The first quarter of 2001 will be sluggish, but the rest of the year should be strong enough to sustain new-car sales of 16.3 million, NADA's chief economist said Sunday.
Economist Paul Taylor attributes the economic slowdown to several factors, including sharply higher gasoline prices, short-term interest rate increases and fears of inflation.
Taylor said falling interest rates, expected federal tax cuts, low unemployment and consumers' economic stability are positive factors for economic growth and light-vehicle sales.
"There is still a great deal of spending power in American households," he said.
Taylor said NADA's Dealer Optimism Index, which gauges dealer's profit expectations for the next 12 months, was down for the first three quarters of 2000.
Taylor expected the fourth quarter would follow suit.
"It's been a fairly reliable indicator, and we fully expect the sales to drop," Taylor said of the index. "But we're having a tremendous year even as the industry slows."
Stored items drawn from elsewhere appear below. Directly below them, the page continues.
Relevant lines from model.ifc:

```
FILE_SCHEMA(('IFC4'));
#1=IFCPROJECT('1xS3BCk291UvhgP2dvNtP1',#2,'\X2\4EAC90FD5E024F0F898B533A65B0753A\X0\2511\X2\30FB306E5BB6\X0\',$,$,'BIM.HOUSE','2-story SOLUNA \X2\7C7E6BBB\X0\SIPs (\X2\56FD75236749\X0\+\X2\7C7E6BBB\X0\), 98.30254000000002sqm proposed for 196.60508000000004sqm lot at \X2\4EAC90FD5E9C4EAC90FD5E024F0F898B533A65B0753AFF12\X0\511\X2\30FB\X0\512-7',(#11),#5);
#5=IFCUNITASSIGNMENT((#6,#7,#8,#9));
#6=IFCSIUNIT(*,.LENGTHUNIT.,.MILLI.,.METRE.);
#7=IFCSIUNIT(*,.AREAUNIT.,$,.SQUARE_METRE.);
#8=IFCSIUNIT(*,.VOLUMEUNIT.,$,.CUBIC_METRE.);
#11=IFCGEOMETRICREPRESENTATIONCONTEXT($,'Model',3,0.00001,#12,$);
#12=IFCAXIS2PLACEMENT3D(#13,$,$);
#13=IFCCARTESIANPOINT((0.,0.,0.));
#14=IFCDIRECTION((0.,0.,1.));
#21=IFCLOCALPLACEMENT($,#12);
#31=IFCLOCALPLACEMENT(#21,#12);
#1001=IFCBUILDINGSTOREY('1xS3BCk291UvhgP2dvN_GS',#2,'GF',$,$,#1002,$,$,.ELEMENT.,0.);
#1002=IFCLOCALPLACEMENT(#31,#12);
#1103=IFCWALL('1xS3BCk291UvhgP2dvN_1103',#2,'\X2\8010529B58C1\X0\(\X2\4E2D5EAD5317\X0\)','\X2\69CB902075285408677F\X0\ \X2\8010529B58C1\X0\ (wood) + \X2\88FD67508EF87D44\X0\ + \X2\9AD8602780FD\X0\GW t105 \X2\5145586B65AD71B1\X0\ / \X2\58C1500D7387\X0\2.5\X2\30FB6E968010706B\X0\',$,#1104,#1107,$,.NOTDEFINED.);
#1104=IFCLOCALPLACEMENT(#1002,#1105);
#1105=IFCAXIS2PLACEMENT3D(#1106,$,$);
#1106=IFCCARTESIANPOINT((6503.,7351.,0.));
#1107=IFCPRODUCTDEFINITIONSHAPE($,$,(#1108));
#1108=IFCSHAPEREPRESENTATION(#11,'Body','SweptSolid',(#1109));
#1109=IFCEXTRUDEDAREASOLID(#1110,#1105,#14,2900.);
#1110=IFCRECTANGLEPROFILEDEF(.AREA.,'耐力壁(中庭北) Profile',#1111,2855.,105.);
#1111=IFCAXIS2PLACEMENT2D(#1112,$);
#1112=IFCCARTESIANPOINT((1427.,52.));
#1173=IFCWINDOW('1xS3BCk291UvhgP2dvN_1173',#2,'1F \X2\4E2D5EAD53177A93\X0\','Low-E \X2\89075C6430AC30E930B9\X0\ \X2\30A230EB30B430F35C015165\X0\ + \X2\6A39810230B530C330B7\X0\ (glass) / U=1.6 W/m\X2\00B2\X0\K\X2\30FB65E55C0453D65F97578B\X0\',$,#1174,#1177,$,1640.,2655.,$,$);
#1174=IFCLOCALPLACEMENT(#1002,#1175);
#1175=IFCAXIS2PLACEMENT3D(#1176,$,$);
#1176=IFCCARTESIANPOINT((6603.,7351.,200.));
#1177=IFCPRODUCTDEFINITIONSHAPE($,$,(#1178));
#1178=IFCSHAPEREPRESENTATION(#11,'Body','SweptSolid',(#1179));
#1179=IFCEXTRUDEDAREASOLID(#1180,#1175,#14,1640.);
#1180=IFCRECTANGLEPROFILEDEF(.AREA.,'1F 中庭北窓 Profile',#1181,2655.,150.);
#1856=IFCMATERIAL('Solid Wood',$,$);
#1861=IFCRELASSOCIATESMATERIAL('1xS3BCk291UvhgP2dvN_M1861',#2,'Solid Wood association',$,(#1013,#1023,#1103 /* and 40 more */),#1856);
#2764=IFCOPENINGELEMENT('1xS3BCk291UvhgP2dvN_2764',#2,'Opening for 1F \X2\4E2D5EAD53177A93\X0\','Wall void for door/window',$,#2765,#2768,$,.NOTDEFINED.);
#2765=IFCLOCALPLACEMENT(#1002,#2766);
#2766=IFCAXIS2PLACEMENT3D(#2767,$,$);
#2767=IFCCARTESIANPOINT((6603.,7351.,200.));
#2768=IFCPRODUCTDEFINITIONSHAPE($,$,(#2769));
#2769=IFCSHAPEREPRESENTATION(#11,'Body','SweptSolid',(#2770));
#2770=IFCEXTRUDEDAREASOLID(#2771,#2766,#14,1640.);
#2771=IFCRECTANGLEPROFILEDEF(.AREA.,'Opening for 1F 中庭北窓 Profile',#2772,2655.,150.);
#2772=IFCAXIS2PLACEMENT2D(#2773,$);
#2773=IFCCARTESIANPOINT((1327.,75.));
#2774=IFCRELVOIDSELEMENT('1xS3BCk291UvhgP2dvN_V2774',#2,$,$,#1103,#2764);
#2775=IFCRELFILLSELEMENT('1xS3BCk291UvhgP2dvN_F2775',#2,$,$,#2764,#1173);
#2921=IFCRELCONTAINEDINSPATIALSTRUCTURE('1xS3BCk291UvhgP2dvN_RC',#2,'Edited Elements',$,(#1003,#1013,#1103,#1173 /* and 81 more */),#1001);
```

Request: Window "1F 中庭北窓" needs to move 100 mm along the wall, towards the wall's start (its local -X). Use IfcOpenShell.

```python
import ifcopenshell
import ifcopenshell.api.geometry
import ifcopenshell.util.placement

model = ifcopenshell.open("model.ifc")

window = model.by_guid("1xS3BCk291UvhgP2dvN_1173")
opening = window.FillsVoids[0].RelatingOpeningElement
wall = opening.VoidsElements[0].RelatingBuildingElement

wall_matrix = ifcopenshell.util.placement.get_local_placement(wall.ObjectPlacement)
shift = wall_matrix[:3, 0] * -100.0
before = ifcopenshell.util.placement.get_local_placement(window.ObjectPlacement)[:3, 3].copy()

# The window is not placed relative to its opening, so move both.
for product in (opening, window):
    matrix = ifcopenshell.util.placement.get_local_placement(product.ObjectPlacement)
    matrix[:3, 3] += shift
    ifcopenshell.api.geometry.edit_object_placement(model, product=product, matrix=matrix, is_si=False)

after = ifcopenshell.util.placement.get_local_placement(window.ObjectPlacement)[:3, 3]
print("window moved by", (after - before).round(3) + 0.0)

model.write("model_v2.ifc")
```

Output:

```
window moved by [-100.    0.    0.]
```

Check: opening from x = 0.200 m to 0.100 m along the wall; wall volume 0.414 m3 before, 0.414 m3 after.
About last year, Taylor said:
Dealership expenses picked up after a downward trend of three years, mostly because floorplan expenses increased. Floorplan expense per new car retailed, even with higher sales, doubled from about $74 to $149.
Eighty-three percent of NADA members have Web sites; almost 99 percent of those sites are interactive.
"Crossover" utility vehicles — which includes Chrysler's PT Cruiser and small sport-utilities — dominated the sales growth in the light-truck segment with a 78 percent increase.